#### [Record excerpts]
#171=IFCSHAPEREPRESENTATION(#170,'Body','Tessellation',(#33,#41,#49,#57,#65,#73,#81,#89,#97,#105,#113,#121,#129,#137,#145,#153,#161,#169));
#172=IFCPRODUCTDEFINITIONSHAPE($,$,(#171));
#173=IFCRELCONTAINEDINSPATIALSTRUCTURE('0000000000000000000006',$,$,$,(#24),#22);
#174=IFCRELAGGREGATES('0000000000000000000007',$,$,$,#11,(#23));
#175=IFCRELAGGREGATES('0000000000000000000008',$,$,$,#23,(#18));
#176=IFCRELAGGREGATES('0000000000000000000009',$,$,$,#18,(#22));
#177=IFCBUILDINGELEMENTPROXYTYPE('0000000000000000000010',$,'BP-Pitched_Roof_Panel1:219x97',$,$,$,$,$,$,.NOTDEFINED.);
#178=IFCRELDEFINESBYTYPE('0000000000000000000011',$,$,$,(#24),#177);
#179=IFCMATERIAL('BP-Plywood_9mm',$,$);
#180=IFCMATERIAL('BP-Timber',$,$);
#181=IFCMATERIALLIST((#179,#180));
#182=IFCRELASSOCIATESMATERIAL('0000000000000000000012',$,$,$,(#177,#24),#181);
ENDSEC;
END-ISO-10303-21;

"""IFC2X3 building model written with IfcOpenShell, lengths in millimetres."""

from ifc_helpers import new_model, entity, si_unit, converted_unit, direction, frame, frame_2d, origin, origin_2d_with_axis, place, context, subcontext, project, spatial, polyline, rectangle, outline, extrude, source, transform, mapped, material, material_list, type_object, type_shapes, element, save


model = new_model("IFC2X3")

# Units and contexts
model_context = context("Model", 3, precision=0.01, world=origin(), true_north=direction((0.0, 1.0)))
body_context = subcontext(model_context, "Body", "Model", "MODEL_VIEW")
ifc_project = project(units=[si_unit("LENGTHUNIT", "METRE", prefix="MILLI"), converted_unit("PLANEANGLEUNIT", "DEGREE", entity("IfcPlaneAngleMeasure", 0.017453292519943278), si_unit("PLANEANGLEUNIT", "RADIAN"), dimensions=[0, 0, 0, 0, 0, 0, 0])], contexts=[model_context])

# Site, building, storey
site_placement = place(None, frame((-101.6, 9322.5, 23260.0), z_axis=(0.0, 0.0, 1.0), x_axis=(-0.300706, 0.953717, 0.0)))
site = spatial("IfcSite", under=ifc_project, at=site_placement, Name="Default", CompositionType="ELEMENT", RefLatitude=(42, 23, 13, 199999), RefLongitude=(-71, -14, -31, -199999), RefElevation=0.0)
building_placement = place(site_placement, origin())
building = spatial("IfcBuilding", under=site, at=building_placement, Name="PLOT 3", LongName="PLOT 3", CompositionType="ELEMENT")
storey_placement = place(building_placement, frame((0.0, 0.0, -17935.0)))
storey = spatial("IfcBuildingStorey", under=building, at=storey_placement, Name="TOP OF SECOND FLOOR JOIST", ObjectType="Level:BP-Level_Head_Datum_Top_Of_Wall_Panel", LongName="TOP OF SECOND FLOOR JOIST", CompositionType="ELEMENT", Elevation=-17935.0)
* * *
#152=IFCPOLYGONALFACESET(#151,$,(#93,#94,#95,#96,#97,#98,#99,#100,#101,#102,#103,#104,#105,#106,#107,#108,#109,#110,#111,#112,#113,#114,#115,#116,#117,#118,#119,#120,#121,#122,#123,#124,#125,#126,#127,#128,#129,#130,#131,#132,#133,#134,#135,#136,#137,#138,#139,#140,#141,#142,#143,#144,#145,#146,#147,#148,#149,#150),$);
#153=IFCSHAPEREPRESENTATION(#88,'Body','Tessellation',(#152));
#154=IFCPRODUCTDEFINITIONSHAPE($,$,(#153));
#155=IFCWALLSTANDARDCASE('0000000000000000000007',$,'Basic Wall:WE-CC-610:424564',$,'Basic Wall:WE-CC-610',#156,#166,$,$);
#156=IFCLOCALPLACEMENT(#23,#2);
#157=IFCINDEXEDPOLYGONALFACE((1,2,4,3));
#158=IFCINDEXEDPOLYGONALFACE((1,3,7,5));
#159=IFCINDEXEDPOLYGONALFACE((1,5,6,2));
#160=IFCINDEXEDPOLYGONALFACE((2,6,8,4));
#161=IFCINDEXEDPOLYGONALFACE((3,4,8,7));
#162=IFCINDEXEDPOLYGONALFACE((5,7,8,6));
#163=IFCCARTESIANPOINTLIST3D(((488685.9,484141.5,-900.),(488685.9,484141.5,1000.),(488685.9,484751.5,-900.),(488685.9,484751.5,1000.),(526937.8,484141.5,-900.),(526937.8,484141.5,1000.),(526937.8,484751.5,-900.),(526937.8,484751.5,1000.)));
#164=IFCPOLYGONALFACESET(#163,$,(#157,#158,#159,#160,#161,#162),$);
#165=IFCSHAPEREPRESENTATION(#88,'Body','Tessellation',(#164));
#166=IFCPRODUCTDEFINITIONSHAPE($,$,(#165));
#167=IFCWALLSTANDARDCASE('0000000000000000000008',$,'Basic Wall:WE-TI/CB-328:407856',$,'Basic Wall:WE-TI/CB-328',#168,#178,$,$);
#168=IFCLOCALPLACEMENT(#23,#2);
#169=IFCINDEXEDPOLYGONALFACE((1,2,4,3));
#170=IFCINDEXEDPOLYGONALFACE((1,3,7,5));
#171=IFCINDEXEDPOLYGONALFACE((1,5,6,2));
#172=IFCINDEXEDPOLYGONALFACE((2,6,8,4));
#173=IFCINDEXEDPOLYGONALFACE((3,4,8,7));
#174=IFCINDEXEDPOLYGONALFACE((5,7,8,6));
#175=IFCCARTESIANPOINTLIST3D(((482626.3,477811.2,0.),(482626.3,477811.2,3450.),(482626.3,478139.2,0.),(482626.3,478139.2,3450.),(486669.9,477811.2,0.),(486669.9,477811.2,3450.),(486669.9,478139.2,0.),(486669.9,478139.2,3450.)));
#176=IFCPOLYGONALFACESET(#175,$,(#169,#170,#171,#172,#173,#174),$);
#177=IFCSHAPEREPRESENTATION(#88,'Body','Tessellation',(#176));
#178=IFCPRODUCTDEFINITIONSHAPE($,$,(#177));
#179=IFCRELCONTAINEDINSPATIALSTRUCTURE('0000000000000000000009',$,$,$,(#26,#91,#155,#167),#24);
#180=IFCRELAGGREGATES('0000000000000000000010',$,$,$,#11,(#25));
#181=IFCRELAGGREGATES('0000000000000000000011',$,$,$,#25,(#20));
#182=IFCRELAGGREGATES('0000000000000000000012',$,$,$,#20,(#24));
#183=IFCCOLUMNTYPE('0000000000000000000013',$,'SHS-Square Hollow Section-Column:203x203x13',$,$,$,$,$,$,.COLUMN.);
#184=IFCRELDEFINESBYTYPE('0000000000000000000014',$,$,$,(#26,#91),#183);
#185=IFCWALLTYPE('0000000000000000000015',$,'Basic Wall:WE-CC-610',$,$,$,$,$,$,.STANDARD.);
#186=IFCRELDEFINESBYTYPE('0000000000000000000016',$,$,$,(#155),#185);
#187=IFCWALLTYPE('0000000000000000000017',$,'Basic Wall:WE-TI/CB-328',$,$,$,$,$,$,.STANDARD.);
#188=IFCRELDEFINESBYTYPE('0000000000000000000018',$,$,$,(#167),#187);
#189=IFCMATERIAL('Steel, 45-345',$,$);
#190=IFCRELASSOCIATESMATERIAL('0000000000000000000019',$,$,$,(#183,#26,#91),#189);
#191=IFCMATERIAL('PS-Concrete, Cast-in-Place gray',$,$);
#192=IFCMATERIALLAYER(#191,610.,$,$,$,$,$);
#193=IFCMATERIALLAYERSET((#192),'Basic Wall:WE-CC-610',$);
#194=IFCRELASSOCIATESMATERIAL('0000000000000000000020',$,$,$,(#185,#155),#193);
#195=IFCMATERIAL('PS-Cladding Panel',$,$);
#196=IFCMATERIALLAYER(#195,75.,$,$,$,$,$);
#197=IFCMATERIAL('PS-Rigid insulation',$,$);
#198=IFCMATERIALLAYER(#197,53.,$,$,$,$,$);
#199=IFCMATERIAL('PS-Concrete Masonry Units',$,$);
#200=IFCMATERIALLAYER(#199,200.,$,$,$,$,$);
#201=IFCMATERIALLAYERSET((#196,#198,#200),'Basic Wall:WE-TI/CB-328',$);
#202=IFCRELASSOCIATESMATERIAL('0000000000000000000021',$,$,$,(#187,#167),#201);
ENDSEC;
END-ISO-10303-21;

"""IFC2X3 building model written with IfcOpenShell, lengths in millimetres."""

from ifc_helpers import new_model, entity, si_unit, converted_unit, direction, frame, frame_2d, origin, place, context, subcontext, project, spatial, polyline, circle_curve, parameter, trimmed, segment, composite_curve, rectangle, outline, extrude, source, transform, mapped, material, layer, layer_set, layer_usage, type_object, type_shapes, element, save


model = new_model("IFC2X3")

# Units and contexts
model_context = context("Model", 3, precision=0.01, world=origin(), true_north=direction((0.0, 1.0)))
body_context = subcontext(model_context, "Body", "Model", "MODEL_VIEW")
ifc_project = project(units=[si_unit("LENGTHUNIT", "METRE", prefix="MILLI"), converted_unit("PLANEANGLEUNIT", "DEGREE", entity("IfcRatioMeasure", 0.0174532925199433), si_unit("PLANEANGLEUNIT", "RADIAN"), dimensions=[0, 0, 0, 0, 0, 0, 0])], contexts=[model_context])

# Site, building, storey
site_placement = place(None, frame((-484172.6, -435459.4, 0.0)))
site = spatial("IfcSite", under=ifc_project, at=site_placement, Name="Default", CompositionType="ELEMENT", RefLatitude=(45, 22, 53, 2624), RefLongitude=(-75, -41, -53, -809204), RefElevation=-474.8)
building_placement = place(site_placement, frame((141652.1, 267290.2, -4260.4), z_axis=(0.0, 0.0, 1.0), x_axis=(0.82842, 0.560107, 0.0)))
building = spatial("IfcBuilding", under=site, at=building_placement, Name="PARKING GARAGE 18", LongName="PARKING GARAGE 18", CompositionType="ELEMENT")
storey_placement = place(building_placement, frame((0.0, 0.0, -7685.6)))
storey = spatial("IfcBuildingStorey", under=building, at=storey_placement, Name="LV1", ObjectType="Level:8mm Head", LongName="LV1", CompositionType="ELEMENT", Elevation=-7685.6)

#### [What the task requires]
Search the entries for the string "IFCSHAPEREPRESENTATION" and copy each line where it occurs.

#### [Task output]
#171=IFCSHAPEREPRESENTATION(#170,'Body','Tessellation',(#33,#41,#49,#57,#65,#73,#81,#89,#97,#105,#113,#121,#129,#137,#145,#153,#161,#169));
#153=IFCSHAPEREPRESENTATION(#88,'Body','Tessellation',(#152));
#165=IFCSHAPEREPRESENTATION(#88,'Body','Tessellation',(#164));
#177=IFCSHAPEREPRESENTATION(#88,'Body','Tessellation',(#176));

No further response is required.